▶ [WORK INSTRUCTION]:
Please print the data shown below without any alteration.

▶ [MATERIAL SUPPLIED]:
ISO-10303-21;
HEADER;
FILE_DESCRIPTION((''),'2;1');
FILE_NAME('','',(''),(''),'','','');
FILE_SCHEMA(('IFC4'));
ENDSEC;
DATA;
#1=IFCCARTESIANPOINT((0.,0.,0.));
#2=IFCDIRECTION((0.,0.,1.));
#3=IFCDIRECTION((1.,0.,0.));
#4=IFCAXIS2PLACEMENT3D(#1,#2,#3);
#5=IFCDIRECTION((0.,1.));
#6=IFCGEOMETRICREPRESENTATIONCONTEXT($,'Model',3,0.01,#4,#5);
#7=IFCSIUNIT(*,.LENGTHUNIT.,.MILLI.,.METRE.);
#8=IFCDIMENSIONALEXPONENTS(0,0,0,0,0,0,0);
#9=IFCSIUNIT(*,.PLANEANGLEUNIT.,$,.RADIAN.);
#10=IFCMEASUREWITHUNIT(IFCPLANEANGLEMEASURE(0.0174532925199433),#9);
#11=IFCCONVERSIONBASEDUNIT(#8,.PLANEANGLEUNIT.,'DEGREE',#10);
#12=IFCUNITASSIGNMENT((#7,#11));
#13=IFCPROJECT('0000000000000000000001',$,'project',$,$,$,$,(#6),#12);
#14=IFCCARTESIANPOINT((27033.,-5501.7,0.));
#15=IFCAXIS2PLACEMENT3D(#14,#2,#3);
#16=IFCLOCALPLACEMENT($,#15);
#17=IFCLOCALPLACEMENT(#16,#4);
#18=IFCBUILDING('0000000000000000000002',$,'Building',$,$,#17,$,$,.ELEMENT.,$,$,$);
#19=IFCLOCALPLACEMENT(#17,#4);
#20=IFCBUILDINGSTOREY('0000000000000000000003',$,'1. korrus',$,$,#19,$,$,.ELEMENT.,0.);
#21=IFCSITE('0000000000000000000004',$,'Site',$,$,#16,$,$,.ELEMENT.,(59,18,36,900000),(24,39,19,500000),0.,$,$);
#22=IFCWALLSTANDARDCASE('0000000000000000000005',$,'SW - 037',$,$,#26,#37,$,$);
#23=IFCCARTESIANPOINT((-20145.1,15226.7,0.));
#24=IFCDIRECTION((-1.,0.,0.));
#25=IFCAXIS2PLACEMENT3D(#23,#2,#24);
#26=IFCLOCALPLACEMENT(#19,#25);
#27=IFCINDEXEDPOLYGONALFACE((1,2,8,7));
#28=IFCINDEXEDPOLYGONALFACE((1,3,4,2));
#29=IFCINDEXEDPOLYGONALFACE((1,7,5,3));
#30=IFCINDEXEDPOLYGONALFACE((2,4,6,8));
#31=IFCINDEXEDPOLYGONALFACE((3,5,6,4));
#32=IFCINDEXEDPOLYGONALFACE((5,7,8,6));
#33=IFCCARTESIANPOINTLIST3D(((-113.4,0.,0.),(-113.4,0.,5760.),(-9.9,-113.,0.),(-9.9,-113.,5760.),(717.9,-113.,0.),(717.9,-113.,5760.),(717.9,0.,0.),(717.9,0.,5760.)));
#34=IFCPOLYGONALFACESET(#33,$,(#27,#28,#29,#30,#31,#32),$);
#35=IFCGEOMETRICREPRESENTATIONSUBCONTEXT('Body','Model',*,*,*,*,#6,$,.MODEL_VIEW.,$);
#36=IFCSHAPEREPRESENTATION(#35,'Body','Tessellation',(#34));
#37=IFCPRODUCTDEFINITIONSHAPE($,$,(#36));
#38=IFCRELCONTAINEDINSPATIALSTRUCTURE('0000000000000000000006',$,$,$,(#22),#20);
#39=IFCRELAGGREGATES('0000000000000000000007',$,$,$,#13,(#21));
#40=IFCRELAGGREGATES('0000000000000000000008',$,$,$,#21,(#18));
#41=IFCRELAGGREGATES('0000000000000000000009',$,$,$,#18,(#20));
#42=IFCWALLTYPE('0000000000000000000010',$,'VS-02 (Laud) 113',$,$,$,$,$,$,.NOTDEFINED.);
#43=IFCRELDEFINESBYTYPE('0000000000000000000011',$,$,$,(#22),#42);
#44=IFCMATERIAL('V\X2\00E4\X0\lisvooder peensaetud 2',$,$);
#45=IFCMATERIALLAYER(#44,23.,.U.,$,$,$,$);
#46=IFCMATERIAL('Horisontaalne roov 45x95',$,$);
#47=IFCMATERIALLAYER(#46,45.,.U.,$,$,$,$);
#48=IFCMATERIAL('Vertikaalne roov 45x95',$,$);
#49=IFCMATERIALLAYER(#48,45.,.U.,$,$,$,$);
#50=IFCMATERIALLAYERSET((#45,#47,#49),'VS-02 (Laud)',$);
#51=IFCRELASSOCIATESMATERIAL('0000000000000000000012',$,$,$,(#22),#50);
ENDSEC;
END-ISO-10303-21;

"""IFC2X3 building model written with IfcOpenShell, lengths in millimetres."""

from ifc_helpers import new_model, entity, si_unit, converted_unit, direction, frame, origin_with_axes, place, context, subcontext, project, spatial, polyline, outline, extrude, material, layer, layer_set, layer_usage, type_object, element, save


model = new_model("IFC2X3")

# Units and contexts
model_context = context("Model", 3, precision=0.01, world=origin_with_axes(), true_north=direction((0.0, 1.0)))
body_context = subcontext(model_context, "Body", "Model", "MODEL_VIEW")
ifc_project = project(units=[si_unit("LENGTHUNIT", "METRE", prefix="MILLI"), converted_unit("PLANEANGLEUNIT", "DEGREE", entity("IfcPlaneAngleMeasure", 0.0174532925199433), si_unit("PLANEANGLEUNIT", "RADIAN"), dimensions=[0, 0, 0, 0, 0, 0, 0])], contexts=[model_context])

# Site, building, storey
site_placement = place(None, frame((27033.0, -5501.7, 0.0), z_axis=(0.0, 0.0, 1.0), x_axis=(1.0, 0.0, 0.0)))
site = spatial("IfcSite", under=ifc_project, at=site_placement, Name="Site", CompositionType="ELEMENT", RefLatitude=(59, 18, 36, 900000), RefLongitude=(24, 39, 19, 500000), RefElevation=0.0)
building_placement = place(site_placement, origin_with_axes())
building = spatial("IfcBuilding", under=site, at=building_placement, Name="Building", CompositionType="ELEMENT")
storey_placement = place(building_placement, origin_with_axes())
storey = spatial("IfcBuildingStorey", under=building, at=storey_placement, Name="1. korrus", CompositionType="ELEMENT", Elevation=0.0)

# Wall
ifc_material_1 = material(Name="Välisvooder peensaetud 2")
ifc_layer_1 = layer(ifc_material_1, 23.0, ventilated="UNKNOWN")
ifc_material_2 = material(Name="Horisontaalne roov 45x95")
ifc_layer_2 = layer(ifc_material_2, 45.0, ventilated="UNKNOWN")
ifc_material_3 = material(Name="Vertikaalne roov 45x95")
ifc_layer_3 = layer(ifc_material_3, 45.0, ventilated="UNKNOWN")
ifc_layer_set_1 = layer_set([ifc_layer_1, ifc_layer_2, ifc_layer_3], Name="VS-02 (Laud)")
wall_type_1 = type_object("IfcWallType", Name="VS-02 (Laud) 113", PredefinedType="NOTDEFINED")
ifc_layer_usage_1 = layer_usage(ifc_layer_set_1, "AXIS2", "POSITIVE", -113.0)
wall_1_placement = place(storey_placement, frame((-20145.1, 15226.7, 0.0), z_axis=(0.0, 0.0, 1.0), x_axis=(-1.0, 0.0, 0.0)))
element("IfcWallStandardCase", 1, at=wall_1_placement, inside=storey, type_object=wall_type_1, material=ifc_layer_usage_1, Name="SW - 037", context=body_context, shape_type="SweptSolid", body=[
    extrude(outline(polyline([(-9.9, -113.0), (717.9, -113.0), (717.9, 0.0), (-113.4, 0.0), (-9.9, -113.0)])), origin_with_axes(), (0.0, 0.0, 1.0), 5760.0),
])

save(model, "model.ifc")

▶ [ANSWER]:
ISO-10303-21;
HEADER;
FILE_DESCRIPTION((''),'2;1');
FILE_NAME('','',(''),(''),'','','');
FILE_SCHEMA(('IFC4'));
ENDSEC;
DATA;
#1=IFCCARTESIANPOINT((0.,0.,0.));
#2=IFCDIRECTION((0.,0.,1.));
#3=IFCDIRECTION((1.,0.,0.));
#4=IFCAXIS2PLACEMENT3D(#1,#2,#3);
#5=IFCDIRECTION((0.,1.));
#6=IFCGEOMETRICREPRESENTATIONCONTEXT($,'Model',3,0.01,#4,#5);
#7=IFCSIUNIT(*,.LENGTHUNIT.,.MILLI.,.METRE.);
#8=IFCDIMENSIONALEXPONENTS(0,0,0,0,0,0,0);
#9=IFCSIUNIT(*,.PLANEANGLEUNIT.,$,.RADIAN.);
#10=IFCMEASUREWITHUNIT(IFCPLANEANGLEMEASURE(0.0174532925199433),#9);
#11=IFCCONVERSIONBASEDUNIT(#8,.PLANEANGLEUNIT.,'DEGREE',#10);
#12=IFCUNITASSIGNMENT((#7,#11));
#13=IFCPROJECT('0000000000000000000001',$,'project',$,$,$,$,(#6),#12);
#14=IFCCARTESIANPOINT((27033.,-5501.7,0.));
#15=IFCAXIS2PLACEMENT3D(#14,#2,#3);
#16=IFCLOCALPLACEMENT($,#15);
#17=IFCLOCALPLACEMENT(#16,#4);
#18=IFCBUILDING('0000000000000000000002',$,'Building',$,$,#17,$,$,.ELEMENT.,$,$,$);
#19=IFCLOCALPLACEMENT(#17,#4);
#20=IFCBUILDINGSTOREY('0000000000000000000003',$,'1. korrus',$,$,#19,$,$,.ELEMENT.,0.);
#21=IFCSITE('0000000000000000000004',$,'Site',$,$,#16,$,$,.ELEMENT.,(59,18,36,900000),(24,39,19,500000),0.,$,$);
#22=IFCWALLSTANDARDCASE('0000000000000000000005',$,'SW - 037',$,$,#26,#37,$,$);
#23=IFCCARTESIANPOINT((-20145.1,15226.7,0.));
#24=IFCDIRECTION((-1.,0.,0.));
#25=IFCAXIS2PLACEMENT3D(#23,#2,#24);
#26=IFCLOCALPLACEMENT(#19,#25);
#27=IFCINDEXEDPOLYGONALFACE((1,2,8,7));
#28=IFCINDEXEDPOLYGONALFACE((1,3,4,2));
#29=IFCINDEXEDPOLYGONALFACE((1,7,5,3));
#30=IFCINDEXEDPOLYGONALFACE((2,4,6,8));
#31=IFCINDEXEDPOLYGONALFACE((3,5,6,4));
#32=IFCINDEXEDPOLYGONALFACE((5,7,8,6));
#33=IFCCARTESIANPOINTLIST3D(((-113.4,0.,0.),(-113.4,0.,5760.),(-9.9,-113.,0.),(-9.9,-113.,5760.),(717.9,-113.,0.),(717.9,-113.,5760.),(717.9,0.,0.),(717.9,0.,5760.)));
#34=IFCPOLYGONALFACESET(#33,$,(#27,#28,#29,#30,#31,#32),$);
#35=IFCGEOMETRICREPRESENTATIONSUBCONTEXT('Body','Model',*,*,*,*,#6,$,.MODEL_VIEW.,$);
#36=IFCSHAPEREPRESENTATION(#35,'Body','Tessellation',(#34));
#37=IFCPRODUCTDEFINITIONSHAPE($,$,(#36));
#38=IFCRELCONTAINEDINSPATIALSTRUCTURE('0000000000000000000006',$,$,$,(#22),#20);
#39=IFCRELAGGREGATES('0000000000000000000007',$,$,$,#13,(#21));
#40=IFCRELAGGREGATES('0000000000000000000008',$,$,$,#21,(#18));
#41=IFCRELAGGREGATES('0000000000000000000009',$,$,$,#18,(#20));
#42=IFCWALLTYPE('0000000000000000000010',$,'VS-02 (Laud) 113',$,$,$,$,$,$,.NOTDEFINED.);
#43=IFCRELDEFINESBYTYPE('0000000000000000000011',$,$,$,(#22),#42);
#44=IFCMATERIAL('V\X2\00E4\X0\lisvooder peensaetud 2',$,$);
#45=IFCMATERIALLAYER(#44,23.,.U.,$,$,$,$);
#46=IFCMATERIAL('Horisontaalne roov 45x95',$,$);
#47=IFCMATERIALLAYER(#46,45.,.U.,$,$,$,$);
#48=IFCMATERIAL('Vertikaalne roov 45x95',$,$);
#49=IFCMATERIALLAYER(#48,45.,.U.,$,$,$,$);
#50=IFCMATERIALLAYERSET((#45,#47,#49),'VS-02 (Laud)',$);
#51=IFCRELASSOCIATESMATERIAL('0000000000000000000012',$,$,$,(#22),#50);
ENDSEC;
END-ISO-10303-21;

"""IFC2X3 building model written with IfcOpenShell, lengths in millimetres."""

from ifc_helpers import new_model, entity, si_unit, converted_unit, direction, frame, origin_with_axes, place, context, subcontext, project, spatial, polyline, outline, extrude, material, layer, layer_set, layer_usage, type_object, element, save


model = new_model("IFC2X3")

# Units and contexts
model_context = context("Model", 3, precision=0.01, world=origin_with_axes(), true_north=direction((0.0, 1.0)))
body_context = subcontext(model_context, "Body", "Model", "MODEL_VIEW")
ifc_project = project(units=[si_unit("LENGTHUNIT", "METRE", prefix="MILLI"), converted_unit("PLANEANGLEUNIT", "DEGREE", entity("IfcPlaneAngleMeasure", 0.0174532925199433), si_unit("PLANEANGLEUNIT", "RADIAN"), dimensions=[0, 0, 0, 0, 0, 0, 0])], contexts=[model_context])

# Site, building, storey
site_placement = place(None, frame((27033.0, -5501.7, 0.0), z_axis=(0.0, 0.0, 1.0), x_axis=(1.0, 0.0, 0.0)))
site = spatial("IfcSite", under=ifc_project, at=site_placement, Name="Site", CompositionType="ELEMENT", RefLatitude=(59, 18, 36, 900000), RefLongitude=(24, 39, 19, 500000), RefElevation=0.0)
building_placement = place(site_placement, origin_with_axes())
building = spatial("IfcBuilding", under=site, at=building_placement, Name="Building", CompositionType="ELEMENT")
storey_placement = place(building_placement, origin_with_axes())
storey = spatial("IfcBuildingStorey", under=building, at=storey_placement, Name="1. korrus", CompositionType="ELEMENT", Elevation=0.0)

# Wall
ifc_material_1 = material(Name="Välisvooder peensaetud 2")
ifc_layer_1 = layer(ifc_material_1, 23.0, ventilated="UNKNOWN")
ifc_material_2 = material(Name="Horisontaalne roov 45x95")
ifc_layer_2 = layer(ifc_material_2, 45.0, ventilated="UNKNOWN")
ifc_material_3 = material(Name="Vertikaalne roov 45x95")
ifc_layer_3 = layer(ifc_material_3, 45.0, ventilated="UNKNOWN")
ifc_layer_set_1 = layer_set([ifc_layer_1, ifc_layer_2, ifc_layer_3], Name="VS-02 (Laud)")
wall_type_1 = type_object("IfcWallType", Name="VS-02 (Laud) 113", PredefinedType="NOTDEFINED")
ifc_layer_usage_1 = layer_usage(ifc_layer_set_1, "AXIS2", "POSITIVE", -113.0)
wall_1_placement = place(storey_placement, frame((-20145.1, 15226.7, 0.0), z_axis=(0.0, 0.0, 1.0), x_axis=(-1.0, 0.0, 0.0)))
element("IfcWallStandardCase", 1, at=wall_1_placement, inside=storey, type_object=wall_type_1, material=ifc_layer_usage_1, Name="SW - 037", context=body_context, shape_type="SweptSolid", body=[
    extrude(outline(polyline([(-9.9, -113.0), (717.9, -113.0), (717.9, 0.0), (-113.4, 0.0), (-9.9, -113.0)])), origin_with_axes(), (0.0, 0.0, 1.0), 5760.0),
])

save(model, "model.ifc")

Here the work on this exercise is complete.